Tango, Samba e Beat: pagine scelte

LETTERA A BEARZOT di Darwin Pastorin

Un nuovo libro di Darwin Pastorin è sempre il benvenuto.Lettera a Bearzot

Lettera a Bearzot

Lettera a Bearzot è fresco di stampa, in un’edizione di gran qualità, pregiata la carta, rilegatura destinata a sfidare il tempo, elegante la copertina, illustrata con un acquerello della giovane artista Martina Ponente, tratto da una famosa fotografia di Duncan Raban: l’attenzione riservata per confezionarlo per un bibliofilo rende il libro un piacere anche solo averlo tra le mani, ancora prima di sfogliarlo.

Il sottotitolo toglie ogni eventuale residua resistenza alla lettura: Il Vecio, Pablito, il Mundial ’82 e altri incantesimi.  

La via della “lettera”, già praticata con successo in altre opere, è molto congeniale a Pastorin e in questo caso ci risulta particolarmente coinvolgente, perché le pagine arrivano senza ombra di dubbio dal cuore, pagine di amicizia, di sport, di stima e di amore; pagine senza la ricerca della frase a effetto o della sensazione della notizia, scritte con quel garbo che è difficile trovare nella letteratura sportiva contemporanea.

Il diario personale e la cronaca degli avvenimenti attraversano le vicende di un periodo di 64 anni, alternandosi con brusche puntate in avanti nel tempo, per tornare a scivolare indietro con sorprendente naturalezza tra i protagonisti del nostro gioco, tra Italia e Brasile.

Sconsiglio il lettore di cercare qui i numeri delle statistiche di squadre o calciatori, ma chi invece desiderasse avvicinarsi alle persone e vivere l’atmosfera che solo Arpino in Azzurro Tenebra aveva potuto dipingere, non ha che da cominciare a leggere.

Il lessico, come sempre ricco e mai banale, lo stile pulito, unitamente al tono pacato e confidenziale e alla formula della lettera, rendono il libro particolarmente consigliato ai lettori più giovani, che non hanno la nostra fortuna di avere ricordi personali delle vicende, ma che possono ancora viverle attraverso il racconto.

Questo, naturalmente, è Samba.

 

Tu sei stato uno dei miei punti di riferimento: una persona sincera, dalla schiena dritta, un Don Chisciotte che non ha mai smesso di seguire i propri ideali e i propri sogni.

 Ma due giocatori mi colpiscono, non soltanto per il loro talento, ma per le loro radicali scelte personali.

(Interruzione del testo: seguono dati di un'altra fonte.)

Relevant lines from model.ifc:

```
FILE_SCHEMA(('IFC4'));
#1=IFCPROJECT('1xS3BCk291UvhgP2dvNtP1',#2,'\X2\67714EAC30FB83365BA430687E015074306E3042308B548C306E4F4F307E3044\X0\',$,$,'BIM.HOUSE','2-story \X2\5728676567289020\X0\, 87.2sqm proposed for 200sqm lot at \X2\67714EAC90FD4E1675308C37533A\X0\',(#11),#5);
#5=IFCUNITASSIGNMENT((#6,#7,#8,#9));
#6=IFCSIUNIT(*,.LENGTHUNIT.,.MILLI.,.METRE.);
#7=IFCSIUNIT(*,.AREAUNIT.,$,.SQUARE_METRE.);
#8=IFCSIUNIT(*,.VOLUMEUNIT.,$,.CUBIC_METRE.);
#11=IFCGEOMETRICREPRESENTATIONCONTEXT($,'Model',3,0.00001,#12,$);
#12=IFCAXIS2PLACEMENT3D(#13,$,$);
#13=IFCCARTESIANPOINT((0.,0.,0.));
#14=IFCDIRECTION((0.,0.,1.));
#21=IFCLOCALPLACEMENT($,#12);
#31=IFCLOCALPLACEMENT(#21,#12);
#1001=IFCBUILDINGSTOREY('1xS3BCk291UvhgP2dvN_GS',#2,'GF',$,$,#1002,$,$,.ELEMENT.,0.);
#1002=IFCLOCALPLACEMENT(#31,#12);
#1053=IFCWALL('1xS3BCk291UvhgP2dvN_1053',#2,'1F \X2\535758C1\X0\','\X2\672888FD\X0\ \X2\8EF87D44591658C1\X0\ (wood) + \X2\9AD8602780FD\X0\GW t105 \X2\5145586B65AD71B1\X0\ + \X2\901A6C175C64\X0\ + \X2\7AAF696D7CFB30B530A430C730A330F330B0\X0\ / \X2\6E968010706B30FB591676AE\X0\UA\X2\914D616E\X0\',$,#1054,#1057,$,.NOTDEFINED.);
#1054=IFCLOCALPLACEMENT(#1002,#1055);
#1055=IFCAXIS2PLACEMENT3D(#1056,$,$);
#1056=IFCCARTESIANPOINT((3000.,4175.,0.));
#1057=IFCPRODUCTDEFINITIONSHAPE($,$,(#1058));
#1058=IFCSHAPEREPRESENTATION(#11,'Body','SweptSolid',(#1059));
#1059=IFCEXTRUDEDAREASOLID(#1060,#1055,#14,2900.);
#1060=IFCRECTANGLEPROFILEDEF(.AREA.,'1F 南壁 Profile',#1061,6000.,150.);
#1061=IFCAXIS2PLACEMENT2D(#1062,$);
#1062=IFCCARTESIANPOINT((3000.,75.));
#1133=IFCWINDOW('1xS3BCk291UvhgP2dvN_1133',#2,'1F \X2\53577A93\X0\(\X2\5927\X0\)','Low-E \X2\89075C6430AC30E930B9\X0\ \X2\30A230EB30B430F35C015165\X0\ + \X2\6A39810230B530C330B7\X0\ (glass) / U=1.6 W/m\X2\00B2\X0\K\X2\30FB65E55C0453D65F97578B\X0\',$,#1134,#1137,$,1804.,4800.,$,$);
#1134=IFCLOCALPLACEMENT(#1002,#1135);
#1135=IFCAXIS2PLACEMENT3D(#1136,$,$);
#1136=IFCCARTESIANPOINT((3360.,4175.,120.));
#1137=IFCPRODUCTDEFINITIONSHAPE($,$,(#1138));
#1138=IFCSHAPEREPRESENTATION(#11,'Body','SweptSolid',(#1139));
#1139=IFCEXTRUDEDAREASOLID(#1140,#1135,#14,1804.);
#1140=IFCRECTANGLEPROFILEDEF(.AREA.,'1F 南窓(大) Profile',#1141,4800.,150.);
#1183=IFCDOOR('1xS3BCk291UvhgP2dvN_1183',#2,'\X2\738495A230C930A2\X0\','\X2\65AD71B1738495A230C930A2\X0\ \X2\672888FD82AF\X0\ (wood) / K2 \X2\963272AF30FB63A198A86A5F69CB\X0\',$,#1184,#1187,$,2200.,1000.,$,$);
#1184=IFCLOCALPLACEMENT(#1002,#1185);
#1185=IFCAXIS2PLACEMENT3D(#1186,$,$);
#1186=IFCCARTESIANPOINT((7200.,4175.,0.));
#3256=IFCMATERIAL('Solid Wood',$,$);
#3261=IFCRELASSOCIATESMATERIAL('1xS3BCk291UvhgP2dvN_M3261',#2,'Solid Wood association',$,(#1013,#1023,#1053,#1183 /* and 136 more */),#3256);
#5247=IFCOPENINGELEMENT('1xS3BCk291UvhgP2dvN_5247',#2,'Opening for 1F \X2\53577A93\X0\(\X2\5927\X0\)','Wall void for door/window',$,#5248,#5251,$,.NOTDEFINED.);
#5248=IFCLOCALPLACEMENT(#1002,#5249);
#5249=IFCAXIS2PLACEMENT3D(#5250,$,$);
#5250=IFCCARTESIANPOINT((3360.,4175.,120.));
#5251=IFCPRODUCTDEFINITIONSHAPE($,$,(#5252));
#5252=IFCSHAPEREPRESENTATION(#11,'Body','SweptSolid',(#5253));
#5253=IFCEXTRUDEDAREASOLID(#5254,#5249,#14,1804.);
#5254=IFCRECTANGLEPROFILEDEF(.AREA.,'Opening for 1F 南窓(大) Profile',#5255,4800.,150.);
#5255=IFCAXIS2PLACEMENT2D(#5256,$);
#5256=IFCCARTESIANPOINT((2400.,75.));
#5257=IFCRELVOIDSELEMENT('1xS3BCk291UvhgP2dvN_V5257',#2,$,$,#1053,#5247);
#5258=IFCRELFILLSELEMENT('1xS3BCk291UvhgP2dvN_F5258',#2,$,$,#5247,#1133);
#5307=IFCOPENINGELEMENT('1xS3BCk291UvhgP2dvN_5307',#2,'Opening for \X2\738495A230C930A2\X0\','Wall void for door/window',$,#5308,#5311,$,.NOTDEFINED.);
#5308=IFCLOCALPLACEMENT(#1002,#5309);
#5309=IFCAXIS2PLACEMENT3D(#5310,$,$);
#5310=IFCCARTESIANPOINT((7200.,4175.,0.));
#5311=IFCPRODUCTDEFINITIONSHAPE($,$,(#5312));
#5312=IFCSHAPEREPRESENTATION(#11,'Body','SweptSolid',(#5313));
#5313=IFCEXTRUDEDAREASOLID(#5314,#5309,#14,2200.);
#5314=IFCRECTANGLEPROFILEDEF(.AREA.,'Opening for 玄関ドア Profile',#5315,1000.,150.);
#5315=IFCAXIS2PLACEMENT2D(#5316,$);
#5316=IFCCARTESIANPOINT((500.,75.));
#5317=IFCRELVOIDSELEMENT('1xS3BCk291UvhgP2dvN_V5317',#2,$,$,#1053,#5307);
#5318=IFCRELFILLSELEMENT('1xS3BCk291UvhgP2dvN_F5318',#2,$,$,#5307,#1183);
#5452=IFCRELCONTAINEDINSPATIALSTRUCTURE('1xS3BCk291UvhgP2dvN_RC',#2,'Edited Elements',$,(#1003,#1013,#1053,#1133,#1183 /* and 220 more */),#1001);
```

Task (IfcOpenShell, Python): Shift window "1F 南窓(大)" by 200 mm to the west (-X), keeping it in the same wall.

```python
import ifcopenshell
import ifcopenshell.api.geometry
import ifcopenshell.util.placement
import ifcopenshell.util.unit

model = ifcopenshell.open("model.ifc")
unit_scale = ifcopenshell.util.unit.calculate_unit_scale(model)

window = model.by_guid("1xS3BCk291UvhgP2dvN_1133")
opening = window.FillsVoids[0].RelatingOpeningElement
wall = opening.VoidsElements[0].RelatingBuildingElement

wall_matrix = ifcopenshell.util.placement.get_local_placement(wall.ObjectPlacement)
shift = wall_matrix[:3, 0] * -0.2 / unit_scale
before = ifcopenshell.util.placement.get_local_placement(window.ObjectPlacement)[:3, 3].copy()

# The window is not placed relative to its opening, so move both.
for product in (opening, window):
    matrix = ifcopenshell.util.placement.get_local_placement(product.ObjectPlacement)
    matrix[:3, 3] += shift
    ifcopenshell.api.geometry.edit_object_placement(model, product=product, matrix=matrix, is_si=False)

after = ifcopenshell.util.placement.get_local_placement(window.ObjectPlacement)[:3, 3]
print("window moved by", (after - before).round(3) + 0.0)

model.write("model_v2.ifc")
```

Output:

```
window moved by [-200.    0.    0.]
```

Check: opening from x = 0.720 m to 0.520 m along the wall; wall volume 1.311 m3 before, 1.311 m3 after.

Il primo si chiama Sócrates, alto, magro, con la barba, laureato in Medicina: uno che in America Latina, il continente “desaparecido”, negli stadi, nelle interviste, con ardore e determinazione, perché anche in Brasile c’è la dittatura, parla di Marxismo, di una società divisa in classi, dei poveri da liberare…

Ho cominciato a scrivere questa storia, tra realtà e suggestioni, una quindicina di anni fa, recuperando, come in un lampo, immagini e parole, soprattutto momenti rimasti racchiusi, così a lungo, in un angolo della mia mente, cucendoli con nuove consapevolezze.

Rimpiango il calcio dove la libertà e la poesia erano caratteristiche essenziali del gioco. Oggi spesso gli interessi prendono il sopravvento. Si pensa meno al gruppo e ai compagni.

Prendo posto vicino a Marco Bernardini, Vladimiro Caminiti, e Fulvio Bianchi. Più in là, ecco i mostri sacri della scrittura: Arpino, Brera, Del Buono, Soldati. L’arbitro israeliano Klein fischia l’inizio della partita e del vostro mito.

…sei diventato un modello da seguire, un esempio per chi ha deciso di percorrere un cammino fino in fondo, con caparbietà, sicuro di giungere alla meta, malgrado gli ostacoli, indifferente alla rabbia, agli anatemi, al sarcasmo.